**SOURCE DATA**
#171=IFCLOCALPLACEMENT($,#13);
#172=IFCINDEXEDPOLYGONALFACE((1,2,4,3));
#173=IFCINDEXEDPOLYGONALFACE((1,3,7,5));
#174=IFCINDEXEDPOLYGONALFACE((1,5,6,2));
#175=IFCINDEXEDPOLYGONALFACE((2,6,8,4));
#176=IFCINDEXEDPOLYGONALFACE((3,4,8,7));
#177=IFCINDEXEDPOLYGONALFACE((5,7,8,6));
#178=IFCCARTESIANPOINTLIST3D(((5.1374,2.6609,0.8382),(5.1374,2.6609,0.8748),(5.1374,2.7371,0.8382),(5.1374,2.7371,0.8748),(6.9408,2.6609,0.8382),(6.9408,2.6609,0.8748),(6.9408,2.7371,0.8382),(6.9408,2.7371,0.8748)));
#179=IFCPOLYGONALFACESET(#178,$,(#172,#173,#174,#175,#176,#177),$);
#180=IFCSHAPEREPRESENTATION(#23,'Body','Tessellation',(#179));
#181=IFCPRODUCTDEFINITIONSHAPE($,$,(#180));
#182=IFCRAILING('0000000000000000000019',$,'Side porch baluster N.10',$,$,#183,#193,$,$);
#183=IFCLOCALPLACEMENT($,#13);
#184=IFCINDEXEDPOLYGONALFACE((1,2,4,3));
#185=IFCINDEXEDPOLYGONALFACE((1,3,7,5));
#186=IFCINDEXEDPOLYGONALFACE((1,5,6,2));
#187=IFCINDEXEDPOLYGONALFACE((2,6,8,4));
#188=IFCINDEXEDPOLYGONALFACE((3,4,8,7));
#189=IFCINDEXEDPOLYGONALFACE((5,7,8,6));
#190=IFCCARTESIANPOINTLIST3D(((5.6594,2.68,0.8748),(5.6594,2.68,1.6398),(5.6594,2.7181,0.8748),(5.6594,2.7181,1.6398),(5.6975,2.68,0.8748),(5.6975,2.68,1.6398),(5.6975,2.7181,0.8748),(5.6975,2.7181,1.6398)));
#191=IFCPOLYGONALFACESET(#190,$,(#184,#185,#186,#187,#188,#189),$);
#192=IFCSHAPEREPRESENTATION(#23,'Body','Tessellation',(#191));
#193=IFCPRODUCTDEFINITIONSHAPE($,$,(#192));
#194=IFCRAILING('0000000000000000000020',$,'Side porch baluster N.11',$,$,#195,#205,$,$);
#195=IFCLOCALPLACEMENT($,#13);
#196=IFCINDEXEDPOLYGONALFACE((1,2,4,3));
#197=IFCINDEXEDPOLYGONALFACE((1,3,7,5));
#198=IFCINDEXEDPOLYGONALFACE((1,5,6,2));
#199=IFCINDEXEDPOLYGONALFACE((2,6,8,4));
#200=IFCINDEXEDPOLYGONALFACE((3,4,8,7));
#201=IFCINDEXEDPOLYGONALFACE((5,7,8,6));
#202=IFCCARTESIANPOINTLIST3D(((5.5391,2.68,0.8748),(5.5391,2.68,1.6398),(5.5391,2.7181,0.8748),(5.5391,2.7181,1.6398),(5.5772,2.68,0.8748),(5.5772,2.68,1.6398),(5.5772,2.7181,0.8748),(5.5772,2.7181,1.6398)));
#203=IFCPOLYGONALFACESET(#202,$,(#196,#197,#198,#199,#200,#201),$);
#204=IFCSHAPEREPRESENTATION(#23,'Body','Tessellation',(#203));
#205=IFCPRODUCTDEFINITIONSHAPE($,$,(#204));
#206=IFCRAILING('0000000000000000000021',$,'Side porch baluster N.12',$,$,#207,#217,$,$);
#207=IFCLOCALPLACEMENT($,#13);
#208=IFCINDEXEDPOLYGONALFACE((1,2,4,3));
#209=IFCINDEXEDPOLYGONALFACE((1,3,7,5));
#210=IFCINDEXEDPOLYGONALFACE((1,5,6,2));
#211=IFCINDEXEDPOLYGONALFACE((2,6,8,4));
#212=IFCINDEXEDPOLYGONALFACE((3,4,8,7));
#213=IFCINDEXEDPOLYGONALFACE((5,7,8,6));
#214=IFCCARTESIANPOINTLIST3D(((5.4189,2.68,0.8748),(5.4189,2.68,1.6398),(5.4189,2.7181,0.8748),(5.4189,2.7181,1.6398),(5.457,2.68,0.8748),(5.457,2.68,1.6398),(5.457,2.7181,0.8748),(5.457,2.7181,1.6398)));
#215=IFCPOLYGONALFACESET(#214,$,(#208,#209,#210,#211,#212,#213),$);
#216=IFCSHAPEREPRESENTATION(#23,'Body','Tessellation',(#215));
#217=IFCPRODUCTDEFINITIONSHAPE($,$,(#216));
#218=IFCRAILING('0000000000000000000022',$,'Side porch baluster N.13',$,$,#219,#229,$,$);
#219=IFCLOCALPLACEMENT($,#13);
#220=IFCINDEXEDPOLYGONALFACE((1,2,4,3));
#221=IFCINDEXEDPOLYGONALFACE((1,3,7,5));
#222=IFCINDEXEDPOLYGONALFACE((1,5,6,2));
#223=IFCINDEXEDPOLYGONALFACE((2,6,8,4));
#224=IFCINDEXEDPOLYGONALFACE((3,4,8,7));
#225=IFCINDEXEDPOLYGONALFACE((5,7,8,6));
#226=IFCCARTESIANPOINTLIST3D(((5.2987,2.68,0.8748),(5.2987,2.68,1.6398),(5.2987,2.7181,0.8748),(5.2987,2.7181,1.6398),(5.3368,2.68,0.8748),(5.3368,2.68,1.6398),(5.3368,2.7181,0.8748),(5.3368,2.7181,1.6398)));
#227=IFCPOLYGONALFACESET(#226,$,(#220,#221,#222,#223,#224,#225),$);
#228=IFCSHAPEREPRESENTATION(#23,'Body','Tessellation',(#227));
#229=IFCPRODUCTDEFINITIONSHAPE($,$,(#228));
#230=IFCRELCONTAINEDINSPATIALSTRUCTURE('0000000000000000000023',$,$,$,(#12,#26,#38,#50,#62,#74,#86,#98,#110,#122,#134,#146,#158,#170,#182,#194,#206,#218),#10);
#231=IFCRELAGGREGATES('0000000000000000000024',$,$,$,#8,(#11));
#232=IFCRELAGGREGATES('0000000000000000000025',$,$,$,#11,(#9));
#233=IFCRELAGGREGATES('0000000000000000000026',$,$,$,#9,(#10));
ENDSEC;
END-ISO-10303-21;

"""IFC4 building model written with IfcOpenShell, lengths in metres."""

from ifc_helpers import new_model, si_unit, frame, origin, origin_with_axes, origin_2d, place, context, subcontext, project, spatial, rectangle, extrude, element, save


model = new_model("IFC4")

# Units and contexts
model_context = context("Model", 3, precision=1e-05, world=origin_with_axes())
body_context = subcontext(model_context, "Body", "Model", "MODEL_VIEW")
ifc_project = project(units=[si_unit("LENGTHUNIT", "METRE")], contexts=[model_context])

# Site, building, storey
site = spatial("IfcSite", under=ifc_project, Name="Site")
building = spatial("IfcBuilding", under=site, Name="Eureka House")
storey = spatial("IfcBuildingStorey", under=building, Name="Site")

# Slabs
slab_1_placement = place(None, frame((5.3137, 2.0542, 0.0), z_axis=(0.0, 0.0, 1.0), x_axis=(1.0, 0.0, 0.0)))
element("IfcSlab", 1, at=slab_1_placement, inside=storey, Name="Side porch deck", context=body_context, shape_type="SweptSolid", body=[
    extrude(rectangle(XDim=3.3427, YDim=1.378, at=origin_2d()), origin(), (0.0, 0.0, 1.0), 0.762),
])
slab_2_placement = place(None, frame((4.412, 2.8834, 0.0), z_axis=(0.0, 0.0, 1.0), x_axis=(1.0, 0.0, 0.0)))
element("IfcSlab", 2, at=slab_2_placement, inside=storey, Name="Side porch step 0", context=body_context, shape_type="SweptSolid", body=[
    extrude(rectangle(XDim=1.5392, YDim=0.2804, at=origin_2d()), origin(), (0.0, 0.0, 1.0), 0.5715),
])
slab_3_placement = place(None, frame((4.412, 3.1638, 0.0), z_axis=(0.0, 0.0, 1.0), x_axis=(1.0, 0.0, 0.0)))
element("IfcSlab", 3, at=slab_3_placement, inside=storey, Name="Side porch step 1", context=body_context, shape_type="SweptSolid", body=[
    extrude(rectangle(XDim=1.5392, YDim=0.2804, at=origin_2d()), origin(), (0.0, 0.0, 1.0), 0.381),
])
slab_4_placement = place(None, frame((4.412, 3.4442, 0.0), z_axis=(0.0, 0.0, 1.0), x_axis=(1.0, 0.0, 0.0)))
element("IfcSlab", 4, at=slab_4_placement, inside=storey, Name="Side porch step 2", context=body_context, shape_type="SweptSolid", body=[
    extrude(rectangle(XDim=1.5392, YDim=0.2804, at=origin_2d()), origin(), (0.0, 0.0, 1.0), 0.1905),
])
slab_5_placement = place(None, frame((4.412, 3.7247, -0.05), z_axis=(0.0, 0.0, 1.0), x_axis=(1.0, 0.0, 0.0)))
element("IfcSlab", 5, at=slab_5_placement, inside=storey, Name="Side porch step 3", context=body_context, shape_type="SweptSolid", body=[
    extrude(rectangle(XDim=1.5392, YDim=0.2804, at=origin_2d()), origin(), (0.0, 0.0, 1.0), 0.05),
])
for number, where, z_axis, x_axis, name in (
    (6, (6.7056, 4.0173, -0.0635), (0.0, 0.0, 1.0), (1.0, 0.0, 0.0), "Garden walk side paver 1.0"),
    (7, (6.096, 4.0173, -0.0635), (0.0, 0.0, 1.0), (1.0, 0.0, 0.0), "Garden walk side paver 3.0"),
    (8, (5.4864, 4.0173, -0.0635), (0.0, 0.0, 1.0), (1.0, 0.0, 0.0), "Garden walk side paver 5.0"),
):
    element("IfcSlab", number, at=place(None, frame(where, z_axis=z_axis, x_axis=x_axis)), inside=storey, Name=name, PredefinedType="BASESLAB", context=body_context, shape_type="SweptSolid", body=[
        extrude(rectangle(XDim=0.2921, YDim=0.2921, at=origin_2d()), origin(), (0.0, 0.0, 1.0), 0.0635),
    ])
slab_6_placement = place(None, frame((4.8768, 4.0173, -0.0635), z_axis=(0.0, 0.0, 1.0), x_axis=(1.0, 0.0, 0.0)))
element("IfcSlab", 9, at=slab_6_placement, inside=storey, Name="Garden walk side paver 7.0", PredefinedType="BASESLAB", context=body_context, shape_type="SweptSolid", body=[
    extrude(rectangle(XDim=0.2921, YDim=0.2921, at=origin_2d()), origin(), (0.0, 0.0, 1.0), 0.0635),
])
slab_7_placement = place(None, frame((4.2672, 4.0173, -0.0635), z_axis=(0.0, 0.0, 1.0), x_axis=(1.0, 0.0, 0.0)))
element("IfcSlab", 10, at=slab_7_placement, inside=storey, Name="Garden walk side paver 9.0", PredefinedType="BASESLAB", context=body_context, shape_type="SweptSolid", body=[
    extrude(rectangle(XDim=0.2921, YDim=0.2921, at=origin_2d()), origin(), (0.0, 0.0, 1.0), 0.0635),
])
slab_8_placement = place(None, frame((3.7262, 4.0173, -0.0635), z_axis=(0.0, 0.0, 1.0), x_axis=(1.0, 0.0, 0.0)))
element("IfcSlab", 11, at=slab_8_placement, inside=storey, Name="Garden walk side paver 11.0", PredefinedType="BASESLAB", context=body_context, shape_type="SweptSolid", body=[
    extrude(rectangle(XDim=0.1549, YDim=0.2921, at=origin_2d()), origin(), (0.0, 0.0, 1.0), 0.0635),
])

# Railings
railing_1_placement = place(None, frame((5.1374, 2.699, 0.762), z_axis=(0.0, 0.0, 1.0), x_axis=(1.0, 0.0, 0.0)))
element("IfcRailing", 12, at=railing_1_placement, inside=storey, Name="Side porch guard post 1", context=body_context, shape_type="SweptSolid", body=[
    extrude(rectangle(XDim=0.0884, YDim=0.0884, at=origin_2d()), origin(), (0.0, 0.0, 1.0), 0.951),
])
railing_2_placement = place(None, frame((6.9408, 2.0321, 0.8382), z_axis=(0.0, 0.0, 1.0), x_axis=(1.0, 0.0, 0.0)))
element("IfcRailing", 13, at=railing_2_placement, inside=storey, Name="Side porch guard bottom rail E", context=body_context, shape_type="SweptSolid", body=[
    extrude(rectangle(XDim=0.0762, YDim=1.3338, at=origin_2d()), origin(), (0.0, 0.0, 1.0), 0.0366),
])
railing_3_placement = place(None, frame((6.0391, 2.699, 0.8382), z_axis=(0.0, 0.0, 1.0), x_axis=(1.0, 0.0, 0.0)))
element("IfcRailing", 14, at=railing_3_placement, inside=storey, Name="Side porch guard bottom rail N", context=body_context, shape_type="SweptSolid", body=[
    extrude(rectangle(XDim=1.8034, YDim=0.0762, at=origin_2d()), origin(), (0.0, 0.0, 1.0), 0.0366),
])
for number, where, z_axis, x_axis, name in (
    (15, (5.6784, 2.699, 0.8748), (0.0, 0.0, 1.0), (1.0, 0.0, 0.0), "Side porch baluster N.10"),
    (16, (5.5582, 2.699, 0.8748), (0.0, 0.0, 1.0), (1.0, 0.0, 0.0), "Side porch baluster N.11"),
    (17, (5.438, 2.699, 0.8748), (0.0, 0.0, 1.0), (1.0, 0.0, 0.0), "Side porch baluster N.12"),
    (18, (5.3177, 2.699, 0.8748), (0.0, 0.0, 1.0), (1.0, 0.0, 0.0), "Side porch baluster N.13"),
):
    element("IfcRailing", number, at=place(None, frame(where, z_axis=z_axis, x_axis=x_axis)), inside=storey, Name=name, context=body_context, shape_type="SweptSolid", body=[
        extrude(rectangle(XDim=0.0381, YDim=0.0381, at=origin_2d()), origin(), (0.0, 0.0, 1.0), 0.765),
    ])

**PROBLEM STATEMENT**
Going down the listing above, begin printing at the line with "#180=IFCSHAPEREPRESENTATION(#23,'Body','Tessellation',(#179));" and finish with the line with "#185=IFCINDEXEDPOLYGONALFACE((1,3,7,5));", exactly as they appear.

**ANSWER**
#180=IFCSHAPEREPRESENTATION(#23,'Body','Tessellation',(#179));
#181=IFCPRODUCTDEFINITIONSHAPE($,$,(#180));
#182=IFCRAILING('0000000000000000000019',$,'Side porch baluster N.10',$,$,#183,#193,$,$);
#183=IFCLOCALPLACEMENT($,#13);
#184=IFCINDEXEDPOLYGONALFACE((1,2,4,3));
#185=IFCINDEXEDPOLYGONALFACE((1,3,7,5));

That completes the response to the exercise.